Las sombras alargadas estampadas en la pared, se fundían con los manchurrones ennegrecidos por el moho. La humedad reptaba por la tosca y desnuda pared tejiendo una maraña de oscuro verdín que llegaba a la altura del picaporte de la puerta. Contra la pared yacía una antañona y destartalada cama de matrimonio perteneciente a los abuelos y bendecida por una cruz de madera que pendía de la pared donde descansaba el cabecero. A la derecha y postrados a los pies de esta, dos raquíticos y fenecidos camastros.

Hacinadas en la cama de matrimonio siempre dormían Engracia, su abuela Elvira, la pequeña Josefa y su madre Manuela. Cuando asomaba el ardiente verano, Engracia se bajaba a dormir a los pies de la cama, anhelando que se colara un soplo de aire fresco entre los cuerpos sudados y la apelmazada borra del colchón.

El abuelo reposaba sus cansados y gastados huesos en uno de los menguados y chirriantes camastros, a los pies de su mujer. Y en el otro catre, descansaba su hija Rita.

Larga noche para los que fondean en un mar donde las embestidas son de miseria y desasosiego.

Amanecía. Un vapor humeante exhalaba de los húmedos tejados evaporando el relente ante los primeros rayos cobrizos que traía el alba.

Cuando Engracia se despertó, advirtió que se encontraba sola en la alcoba.

De un brinco saltó de la cama, salió descalza y corrió hacia la cocina con tal brío que se estampó de bruces con doña Josefina. La niña quedó sentada en el suelo ante la inquisitiva mirada de la añosa mujer. Sin tentativa de ofrecerle la mano para que se levantara, su único gesto fue sacudirse la falda. Acto seguido la esquivó con sus acartonadas carnes y, sin miramiento ninguno, siguió su camino. A los pocos pasos, paró en seco y giró la cabeza dedicándole una maliciosa sonrisa por la que asomaron de necesidad unos desvencijados y amarillentos dientes. Una lengua de frío lamió la nuca de Engracia, mientras la llamada de las campanas de la iglesia Madre de Dios apresuraba los pasos trotones de doña Josefina, que ya traspasaba el portón de la casa y se perdía por las calles del pueblo.

 

Entró en la cocina como alma lleva el diablo y sin mirar a nadie se sentó en una silla.

—¿Qué ocurre, Engracia? —inquirió la abuela, notando su zozobra.

—He tropezado con el empedrado del patio —murmuró la niña intentando calmar el corazón que cabalgaba como un caballo desbocado.
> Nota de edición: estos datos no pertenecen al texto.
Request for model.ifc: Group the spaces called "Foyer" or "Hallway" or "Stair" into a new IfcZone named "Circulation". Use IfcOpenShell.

First a look at what the model holds.

```python
import ifcopenshell

model = ifcopenshell.open("model.ifc")
print(model.schema)
seen = {}
for space in model.by_type("IfcSpace"):
    seen[space.LongName] = seen.get(space.LongName, 0) + 1
for name, count in sorted(seen.items(), key=str):
    print(count, "x", name)
print("zones:", [z.Name for z in model.by_type("IfcZone")][:20])
```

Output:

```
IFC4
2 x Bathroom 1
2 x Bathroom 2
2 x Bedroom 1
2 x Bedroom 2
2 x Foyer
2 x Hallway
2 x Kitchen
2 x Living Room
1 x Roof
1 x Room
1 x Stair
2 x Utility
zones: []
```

```python
import ifcopenshell
import ifcopenshell.api.group
import ifcopenshell.api.root

model = ifcopenshell.open("model.ifc")

names = {"Foyer", "Hallway", "Stair"}
spaces = [s for s in model.by_type("IfcSpace") if s.LongName in names]

zone = ifcopenshell.api.root.create_entity(model, ifc_class="IfcZone", name="Circulation")
ifcopenshell.api.group.assign_group(model, products=spaces, group=zone)
print(len(spaces), "spaces in", zone.Name)

model.write("model_v2.ifc")
```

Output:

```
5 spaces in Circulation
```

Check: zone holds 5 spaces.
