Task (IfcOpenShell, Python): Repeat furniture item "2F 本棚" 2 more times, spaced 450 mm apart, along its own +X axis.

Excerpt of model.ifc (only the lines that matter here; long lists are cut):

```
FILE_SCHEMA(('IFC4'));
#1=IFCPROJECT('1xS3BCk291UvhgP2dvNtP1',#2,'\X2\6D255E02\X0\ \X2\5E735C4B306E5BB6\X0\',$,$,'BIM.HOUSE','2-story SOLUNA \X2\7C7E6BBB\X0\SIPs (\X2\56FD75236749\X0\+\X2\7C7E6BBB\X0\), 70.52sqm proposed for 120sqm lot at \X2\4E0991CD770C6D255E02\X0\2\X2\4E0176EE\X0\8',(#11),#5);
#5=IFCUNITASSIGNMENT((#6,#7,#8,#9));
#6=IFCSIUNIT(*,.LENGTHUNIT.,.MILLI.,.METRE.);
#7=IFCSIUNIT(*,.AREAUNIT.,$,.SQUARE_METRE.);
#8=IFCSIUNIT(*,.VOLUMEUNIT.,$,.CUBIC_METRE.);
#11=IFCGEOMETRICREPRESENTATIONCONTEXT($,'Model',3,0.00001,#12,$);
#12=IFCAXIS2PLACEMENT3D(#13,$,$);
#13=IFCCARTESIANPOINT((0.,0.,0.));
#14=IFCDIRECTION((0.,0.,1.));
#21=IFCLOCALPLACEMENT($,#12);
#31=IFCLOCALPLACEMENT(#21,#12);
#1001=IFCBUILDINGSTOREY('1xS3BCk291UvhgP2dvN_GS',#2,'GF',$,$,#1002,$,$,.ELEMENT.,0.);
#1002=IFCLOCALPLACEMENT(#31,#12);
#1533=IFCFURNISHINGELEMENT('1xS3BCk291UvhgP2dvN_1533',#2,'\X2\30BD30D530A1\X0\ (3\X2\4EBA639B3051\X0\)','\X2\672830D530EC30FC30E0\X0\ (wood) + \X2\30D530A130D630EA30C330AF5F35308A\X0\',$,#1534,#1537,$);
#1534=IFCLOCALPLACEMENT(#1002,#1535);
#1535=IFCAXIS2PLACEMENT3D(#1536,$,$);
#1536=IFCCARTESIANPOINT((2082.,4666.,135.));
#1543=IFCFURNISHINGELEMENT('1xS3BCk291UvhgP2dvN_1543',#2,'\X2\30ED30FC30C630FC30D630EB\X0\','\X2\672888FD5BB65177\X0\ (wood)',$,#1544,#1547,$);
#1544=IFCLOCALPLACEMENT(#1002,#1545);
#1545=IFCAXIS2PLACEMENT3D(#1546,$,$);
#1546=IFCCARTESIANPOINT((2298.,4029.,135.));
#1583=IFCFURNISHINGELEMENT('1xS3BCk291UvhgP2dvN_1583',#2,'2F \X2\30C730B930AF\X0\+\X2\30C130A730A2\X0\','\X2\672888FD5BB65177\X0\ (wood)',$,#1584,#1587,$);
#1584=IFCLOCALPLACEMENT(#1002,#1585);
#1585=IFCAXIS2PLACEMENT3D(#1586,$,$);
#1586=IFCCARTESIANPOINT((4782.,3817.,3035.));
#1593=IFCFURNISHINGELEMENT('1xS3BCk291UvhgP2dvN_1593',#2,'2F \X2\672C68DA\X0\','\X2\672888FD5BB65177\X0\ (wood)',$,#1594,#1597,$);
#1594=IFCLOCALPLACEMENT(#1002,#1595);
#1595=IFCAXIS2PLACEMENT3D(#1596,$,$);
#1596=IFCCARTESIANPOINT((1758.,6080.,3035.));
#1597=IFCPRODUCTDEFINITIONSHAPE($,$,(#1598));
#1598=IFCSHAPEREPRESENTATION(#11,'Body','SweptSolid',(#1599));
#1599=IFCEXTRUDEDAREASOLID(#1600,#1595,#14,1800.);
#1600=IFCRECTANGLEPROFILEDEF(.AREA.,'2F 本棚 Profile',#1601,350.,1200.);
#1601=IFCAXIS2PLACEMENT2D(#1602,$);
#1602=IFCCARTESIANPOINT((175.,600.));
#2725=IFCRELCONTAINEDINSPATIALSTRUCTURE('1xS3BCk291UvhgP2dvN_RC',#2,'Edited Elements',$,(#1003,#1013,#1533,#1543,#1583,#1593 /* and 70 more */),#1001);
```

```python
import ifcopenshell
import ifcopenshell.api.geometry
import ifcopenshell.api.root
import ifcopenshell.util.element
import ifcopenshell.util.placement

model = ifcopenshell.open("model.ifc")


def reuse_history(source, copy):
    """copy_class also copies each property set's owner history, people and application; keep the originals."""
    for rel in copy.IsDefinedBy:
        if rel.is_a("IfcRelDefinesByProperties") and (history := rel.RelatingPropertyDefinition.OwnerHistory):
            rel.RelatingPropertyDefinition.OwnerHistory = source.OwnerHistory
            ifcopenshell.util.element.remove_deep2(model, history)


source = model.by_guid("1xS3BCk291UvhgP2dvN_1593")
base = ifcopenshell.util.placement.get_local_placement(source.ObjectPlacement)
step = base[:3, 0] * 450.0

for i in range(1, 3):
    copy = ifcopenshell.api.root.copy_class(model, product=source)
    copy.Representation = ifcopenshell.util.element.copy_deep(
        model, source.Representation, exclude=["IfcGeometricRepresentationContext", "IfcRepresentationMap"]
    )
    reuse_history(source, copy)
    matrix = base.copy()
    matrix[:3, 3] += i * step
    print("added at", matrix[:3, 3].round(3) + 0.0)
    ifcopenshell.api.geometry.edit_object_placement(model, product=copy, matrix=matrix, is_si=False)

model.write("model_v2.ifc")
```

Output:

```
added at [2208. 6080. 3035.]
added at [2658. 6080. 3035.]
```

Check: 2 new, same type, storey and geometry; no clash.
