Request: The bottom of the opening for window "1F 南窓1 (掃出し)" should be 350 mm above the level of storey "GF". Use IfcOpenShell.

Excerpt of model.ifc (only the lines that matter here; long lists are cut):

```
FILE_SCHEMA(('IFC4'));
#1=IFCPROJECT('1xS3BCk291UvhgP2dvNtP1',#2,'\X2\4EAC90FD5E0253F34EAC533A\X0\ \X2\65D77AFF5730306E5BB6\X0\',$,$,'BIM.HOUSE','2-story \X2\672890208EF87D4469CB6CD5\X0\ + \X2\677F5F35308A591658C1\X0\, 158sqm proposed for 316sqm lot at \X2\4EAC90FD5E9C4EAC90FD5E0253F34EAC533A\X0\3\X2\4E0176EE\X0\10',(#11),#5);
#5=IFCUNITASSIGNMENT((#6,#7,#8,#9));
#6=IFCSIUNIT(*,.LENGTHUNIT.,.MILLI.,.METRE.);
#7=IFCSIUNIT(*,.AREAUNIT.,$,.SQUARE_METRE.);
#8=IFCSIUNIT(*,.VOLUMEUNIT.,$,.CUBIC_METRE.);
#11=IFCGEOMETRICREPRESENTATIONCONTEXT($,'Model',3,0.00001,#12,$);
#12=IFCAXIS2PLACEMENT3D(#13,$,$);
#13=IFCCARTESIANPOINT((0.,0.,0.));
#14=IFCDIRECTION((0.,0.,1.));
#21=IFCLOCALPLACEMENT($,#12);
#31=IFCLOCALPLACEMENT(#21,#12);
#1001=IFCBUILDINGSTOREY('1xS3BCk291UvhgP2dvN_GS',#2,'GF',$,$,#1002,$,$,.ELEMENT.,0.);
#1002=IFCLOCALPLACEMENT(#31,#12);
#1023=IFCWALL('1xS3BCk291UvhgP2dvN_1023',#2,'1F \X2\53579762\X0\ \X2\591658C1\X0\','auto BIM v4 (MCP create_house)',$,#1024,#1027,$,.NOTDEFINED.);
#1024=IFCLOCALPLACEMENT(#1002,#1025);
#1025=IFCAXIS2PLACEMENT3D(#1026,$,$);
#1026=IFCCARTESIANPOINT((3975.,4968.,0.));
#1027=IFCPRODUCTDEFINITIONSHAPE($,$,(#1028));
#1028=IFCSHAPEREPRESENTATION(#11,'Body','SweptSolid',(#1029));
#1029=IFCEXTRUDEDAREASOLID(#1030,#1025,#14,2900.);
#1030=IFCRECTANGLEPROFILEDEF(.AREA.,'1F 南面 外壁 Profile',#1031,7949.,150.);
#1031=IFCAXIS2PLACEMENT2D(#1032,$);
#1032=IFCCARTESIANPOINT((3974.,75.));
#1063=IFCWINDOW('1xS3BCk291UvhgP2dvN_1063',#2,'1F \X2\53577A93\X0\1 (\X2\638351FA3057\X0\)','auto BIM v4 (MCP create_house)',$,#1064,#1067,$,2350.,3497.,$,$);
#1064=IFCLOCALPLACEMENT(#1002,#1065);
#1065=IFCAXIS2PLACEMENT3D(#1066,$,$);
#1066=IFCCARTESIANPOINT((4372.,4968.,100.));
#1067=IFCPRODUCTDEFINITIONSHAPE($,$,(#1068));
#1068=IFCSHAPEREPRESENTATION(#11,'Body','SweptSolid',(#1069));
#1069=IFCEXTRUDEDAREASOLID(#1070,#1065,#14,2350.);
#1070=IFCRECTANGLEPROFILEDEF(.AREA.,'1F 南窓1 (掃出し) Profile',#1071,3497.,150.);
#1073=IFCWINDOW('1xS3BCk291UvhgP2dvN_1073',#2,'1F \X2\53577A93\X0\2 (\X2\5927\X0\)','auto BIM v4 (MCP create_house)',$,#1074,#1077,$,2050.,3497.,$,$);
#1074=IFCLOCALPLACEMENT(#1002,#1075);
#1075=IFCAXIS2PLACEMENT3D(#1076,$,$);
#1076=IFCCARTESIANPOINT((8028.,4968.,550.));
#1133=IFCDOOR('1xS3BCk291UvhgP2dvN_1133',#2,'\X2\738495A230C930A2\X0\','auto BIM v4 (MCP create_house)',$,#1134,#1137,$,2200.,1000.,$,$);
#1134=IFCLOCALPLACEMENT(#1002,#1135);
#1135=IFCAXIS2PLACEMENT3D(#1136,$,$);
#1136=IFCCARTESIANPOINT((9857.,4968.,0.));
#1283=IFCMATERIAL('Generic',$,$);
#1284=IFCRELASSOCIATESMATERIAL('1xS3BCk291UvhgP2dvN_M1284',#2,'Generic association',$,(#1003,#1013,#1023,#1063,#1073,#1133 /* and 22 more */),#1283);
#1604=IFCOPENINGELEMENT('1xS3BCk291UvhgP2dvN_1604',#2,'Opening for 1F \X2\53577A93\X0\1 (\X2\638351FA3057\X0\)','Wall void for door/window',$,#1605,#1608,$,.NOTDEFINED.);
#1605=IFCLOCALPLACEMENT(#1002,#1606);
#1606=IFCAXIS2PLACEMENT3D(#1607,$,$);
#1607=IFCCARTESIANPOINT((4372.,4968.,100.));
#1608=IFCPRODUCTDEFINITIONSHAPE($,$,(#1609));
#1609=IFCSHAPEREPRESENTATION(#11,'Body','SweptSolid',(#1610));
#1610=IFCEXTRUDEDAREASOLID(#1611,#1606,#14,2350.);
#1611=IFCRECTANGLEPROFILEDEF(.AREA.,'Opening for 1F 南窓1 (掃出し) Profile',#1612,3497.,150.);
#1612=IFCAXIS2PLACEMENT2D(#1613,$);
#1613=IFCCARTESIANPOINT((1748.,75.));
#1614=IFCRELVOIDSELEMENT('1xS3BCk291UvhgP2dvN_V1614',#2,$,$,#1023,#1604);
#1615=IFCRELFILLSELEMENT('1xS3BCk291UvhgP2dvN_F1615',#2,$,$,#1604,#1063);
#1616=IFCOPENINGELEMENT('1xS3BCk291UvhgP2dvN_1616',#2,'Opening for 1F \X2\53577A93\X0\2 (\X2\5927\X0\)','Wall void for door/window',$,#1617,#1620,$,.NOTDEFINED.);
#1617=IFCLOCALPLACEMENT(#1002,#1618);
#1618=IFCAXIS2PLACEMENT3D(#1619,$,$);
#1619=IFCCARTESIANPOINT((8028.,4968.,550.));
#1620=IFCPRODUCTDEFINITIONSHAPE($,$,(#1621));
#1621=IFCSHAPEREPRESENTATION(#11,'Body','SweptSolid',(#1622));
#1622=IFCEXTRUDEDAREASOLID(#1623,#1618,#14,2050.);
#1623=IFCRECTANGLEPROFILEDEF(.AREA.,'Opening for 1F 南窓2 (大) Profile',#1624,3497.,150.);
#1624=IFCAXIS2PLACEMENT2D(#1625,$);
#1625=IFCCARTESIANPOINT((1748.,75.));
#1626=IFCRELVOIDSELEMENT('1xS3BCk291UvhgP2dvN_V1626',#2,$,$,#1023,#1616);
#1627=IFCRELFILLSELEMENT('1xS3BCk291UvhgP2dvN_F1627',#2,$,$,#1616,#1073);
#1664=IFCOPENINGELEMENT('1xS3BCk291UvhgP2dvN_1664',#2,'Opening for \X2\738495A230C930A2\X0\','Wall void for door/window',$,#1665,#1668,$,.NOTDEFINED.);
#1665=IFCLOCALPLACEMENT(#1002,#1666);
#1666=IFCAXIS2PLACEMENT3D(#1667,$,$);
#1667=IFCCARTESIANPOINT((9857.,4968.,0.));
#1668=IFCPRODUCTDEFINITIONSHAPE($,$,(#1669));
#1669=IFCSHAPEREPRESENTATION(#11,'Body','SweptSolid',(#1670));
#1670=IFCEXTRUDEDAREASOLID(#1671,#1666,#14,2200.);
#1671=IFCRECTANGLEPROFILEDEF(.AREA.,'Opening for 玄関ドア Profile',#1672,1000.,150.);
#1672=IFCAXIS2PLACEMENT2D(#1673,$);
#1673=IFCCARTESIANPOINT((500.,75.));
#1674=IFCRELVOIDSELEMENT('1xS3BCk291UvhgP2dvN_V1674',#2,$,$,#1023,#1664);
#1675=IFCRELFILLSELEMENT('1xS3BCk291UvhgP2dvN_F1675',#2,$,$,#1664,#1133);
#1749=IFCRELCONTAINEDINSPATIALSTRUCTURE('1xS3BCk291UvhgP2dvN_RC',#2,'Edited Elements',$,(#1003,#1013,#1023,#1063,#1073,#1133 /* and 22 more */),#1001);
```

```python
import numpy as np
import ifcopenshell
import ifcopenshell.api.geometry
import ifcopenshell.geom
import ifcopenshell.util.element
import ifcopenshell.util.placement
import ifcopenshell.util.shape
import ifcopenshell.util.unit

model = ifcopenshell.open("model.ifc")
unit_scale = ifcopenshell.util.unit.calculate_unit_scale(model)

window = model.by_guid("1xS3BCk291UvhgP2dvN_1063")
opening = window.FillsVoids[0].RelatingOpeningElement
storey = ifcopenshell.util.element.get_container(window, ifc_class="IfcBuildingStorey")
level = ifcopenshell.util.placement.get_local_placement(storey.ObjectPlacement)[2, 3]

# The opening's origin need not be at the sill, so measure its lowest point.
shape = ifcopenshell.geom.create_shape(ifcopenshell.geom.settings(), opening)
bottom = ifcopenshell.util.shape.get_shape_bottom_elevation(shape, shape.geometry) / unit_scale
dz = level + 350.0 - bottom

shift = np.array([0.0, 0.0, dz])
# The window is not placed relative to its opening, so move both.
for product in (opening, window):
    matrix = ifcopenshell.util.placement.get_local_placement(product.ObjectPlacement)
    matrix[:3, 3] += shift
    ifcopenshell.api.geometry.edit_object_placement(model, product=product, matrix=matrix, is_si=False)

print(f"moved by {dz * unit_scale:+.3f} m")

model.write("model_updated.ifc")
```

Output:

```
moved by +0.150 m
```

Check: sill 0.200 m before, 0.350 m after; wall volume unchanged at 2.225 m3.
Rita se encontraba en el corral aliviando sus necesidades fisiológicas. En una esquina del enorme corral se encontraba un muladar donde iba a parar la poca basura de la casa y el alivio de todos los de la casa incluyendo el de doña Josefina.

Manuela intentaba ablandar en la leche el mendrugo de pan que requisó y guardó ayer en la alacena para ofrecérselo esa mañana a la pequeña Josefa.

Con un escobillo, la abuela, apartaba la ceniza caliente a un lado de la chimenea. Se disponía a depositar en el suelo candente porciones de un acuoso engrudo hecho con harina y agua.

—Abuela, ¿ya no queda leche? —preguntó Engracia, con voz lastimera, mirando a su hermana que acababa de beberse el último sorbo.

—¡Te estoy preparando unas tortitas de harina como a ti te gustan! —Ofreciéndole una entusiasmada sonrisa e intentando llamar la atención para distraerla.

Engracia esbozó una sonrisa que más bien era de resignación que de satisfacción por el acontecimiento.

—Con un poco de azúcar, abuela —apuntó la niña.

—¡Desde luego que sí! —proclamó la abuela, satisfecha.

Mientras la abuela Elvira recogía la mesa, Manuela, en una desconchada palangana, mojaba y peinaba su pelo recogiéndoselo para atrás con un bonito zorongo. Algunas pequeñas manchas que llevaba en la blanquecina y ajada falda las disimulaba mojándolas y espolvoreándolas con harina. Engracia emulándola se mojó y peinó el pelo negro azabache como el de su madre.

Hoy acompañaría a su madre a la Casa de Correos.

La abuela y Rita se dedicarían esa mañana a tejer encajes de bolillos y echarle un ojo o dos a la revoltosa Josefa que siempre andaba enredando en la caja de bolillos. Necesitaban granjearse con premura unos reales, conteniendo así la cólera hecha palabra que siempre emanaba de la boca de doña Josefina. Acabar los encajes y venderlos, significaba ofrecerle unos días más al abuelo para que el amo se dignara a costear su sudor por unas merecidas monedas.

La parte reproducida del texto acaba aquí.